» **Exercise description**
In the data below, locate each line with the word "Check" and list it.

» **Information shown**

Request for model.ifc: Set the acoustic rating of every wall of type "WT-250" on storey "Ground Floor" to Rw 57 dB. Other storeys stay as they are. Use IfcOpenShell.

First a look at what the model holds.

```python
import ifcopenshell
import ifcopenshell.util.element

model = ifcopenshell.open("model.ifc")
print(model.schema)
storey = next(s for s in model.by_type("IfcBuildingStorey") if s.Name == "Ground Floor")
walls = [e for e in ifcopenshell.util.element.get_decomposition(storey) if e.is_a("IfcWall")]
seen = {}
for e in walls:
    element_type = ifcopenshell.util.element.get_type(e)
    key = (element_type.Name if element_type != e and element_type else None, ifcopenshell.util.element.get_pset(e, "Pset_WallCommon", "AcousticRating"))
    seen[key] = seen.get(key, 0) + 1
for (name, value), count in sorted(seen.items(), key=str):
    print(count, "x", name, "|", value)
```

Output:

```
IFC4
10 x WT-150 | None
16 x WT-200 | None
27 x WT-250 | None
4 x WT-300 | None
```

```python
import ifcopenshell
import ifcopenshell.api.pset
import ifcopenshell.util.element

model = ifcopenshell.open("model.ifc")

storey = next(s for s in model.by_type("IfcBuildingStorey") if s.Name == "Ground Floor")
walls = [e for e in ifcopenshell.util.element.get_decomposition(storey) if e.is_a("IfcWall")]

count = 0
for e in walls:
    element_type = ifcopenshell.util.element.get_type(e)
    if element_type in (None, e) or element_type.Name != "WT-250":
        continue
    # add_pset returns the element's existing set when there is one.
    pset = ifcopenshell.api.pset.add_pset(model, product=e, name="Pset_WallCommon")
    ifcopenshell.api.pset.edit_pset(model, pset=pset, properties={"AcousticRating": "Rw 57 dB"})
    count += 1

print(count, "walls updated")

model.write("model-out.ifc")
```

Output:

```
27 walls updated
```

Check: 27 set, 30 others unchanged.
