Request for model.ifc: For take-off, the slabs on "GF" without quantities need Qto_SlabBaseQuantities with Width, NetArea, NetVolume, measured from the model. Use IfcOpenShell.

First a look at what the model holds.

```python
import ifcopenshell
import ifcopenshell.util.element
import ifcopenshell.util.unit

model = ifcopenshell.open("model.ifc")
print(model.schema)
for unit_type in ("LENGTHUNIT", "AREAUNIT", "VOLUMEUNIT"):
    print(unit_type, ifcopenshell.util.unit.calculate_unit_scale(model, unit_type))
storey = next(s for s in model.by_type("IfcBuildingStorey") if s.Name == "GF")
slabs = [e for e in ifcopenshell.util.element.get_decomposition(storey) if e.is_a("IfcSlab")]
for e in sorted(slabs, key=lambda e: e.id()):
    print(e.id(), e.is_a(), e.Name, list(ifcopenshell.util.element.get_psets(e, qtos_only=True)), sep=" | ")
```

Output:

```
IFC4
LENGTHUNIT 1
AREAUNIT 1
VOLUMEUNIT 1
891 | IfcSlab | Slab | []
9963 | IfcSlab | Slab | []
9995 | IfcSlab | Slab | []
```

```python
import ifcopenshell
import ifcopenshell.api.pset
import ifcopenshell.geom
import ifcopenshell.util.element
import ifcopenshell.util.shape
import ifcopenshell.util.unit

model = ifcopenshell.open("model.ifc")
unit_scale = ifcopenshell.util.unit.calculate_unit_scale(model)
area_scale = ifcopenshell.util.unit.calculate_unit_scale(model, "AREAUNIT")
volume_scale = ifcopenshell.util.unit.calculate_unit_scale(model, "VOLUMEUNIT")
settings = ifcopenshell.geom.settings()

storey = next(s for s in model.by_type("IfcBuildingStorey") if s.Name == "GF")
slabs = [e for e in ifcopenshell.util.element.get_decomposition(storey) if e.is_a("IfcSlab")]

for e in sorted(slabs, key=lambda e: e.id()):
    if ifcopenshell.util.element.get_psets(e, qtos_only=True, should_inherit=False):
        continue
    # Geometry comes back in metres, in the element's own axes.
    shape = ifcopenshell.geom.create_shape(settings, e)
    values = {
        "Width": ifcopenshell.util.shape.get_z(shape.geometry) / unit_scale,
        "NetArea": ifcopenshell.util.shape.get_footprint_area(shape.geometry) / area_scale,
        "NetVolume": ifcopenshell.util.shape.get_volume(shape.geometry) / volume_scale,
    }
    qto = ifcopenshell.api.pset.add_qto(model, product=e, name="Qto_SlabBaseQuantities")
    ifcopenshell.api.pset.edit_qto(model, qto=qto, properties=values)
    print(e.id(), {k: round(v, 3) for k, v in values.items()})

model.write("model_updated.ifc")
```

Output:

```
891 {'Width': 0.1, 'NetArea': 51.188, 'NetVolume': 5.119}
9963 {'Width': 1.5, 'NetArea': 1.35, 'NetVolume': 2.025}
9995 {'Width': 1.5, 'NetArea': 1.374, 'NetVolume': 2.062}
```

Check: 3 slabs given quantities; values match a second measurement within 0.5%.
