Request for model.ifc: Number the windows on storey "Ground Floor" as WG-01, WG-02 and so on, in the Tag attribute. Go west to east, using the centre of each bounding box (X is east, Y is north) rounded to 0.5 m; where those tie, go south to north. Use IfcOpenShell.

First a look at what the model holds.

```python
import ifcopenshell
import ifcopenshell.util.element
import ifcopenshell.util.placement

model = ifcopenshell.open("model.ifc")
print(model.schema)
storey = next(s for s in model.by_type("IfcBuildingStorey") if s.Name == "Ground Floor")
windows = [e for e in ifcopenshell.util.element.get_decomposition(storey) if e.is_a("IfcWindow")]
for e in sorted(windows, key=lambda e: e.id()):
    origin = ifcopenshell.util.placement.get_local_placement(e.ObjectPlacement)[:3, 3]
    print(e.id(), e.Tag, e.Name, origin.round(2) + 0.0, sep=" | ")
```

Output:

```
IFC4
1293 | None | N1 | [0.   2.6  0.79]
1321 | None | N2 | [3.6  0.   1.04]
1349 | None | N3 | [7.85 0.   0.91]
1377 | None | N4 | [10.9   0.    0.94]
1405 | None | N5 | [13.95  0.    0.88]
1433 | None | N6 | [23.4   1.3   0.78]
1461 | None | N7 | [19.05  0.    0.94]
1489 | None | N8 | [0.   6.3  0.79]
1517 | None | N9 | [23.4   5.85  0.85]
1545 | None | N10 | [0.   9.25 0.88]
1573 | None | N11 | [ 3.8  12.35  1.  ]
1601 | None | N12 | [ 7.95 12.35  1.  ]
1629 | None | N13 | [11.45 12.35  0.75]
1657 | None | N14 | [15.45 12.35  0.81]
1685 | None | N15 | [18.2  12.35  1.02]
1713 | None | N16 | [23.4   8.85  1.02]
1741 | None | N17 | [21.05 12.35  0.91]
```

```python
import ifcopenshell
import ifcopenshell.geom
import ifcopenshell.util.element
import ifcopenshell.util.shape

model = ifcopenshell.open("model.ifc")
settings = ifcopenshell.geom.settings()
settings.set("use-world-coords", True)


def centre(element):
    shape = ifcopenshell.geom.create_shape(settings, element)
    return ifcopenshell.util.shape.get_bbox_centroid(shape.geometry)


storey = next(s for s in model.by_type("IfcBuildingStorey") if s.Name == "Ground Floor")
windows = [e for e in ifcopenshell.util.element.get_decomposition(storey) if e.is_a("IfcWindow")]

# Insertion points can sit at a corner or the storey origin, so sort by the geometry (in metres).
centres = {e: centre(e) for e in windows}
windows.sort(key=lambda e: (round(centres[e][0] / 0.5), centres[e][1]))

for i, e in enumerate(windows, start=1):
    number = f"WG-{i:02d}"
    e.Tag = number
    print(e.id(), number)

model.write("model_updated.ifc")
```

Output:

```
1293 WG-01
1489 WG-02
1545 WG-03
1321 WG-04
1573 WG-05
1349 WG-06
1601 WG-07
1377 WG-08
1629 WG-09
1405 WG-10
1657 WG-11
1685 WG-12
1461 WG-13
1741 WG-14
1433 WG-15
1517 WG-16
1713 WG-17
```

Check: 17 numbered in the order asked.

» **Written response**
Check: 27 set, 30 others unchanged.
Check: 3 slabs given quantities; values match a second measurement within 0.5%.
Check: 17 numbered in the order asked.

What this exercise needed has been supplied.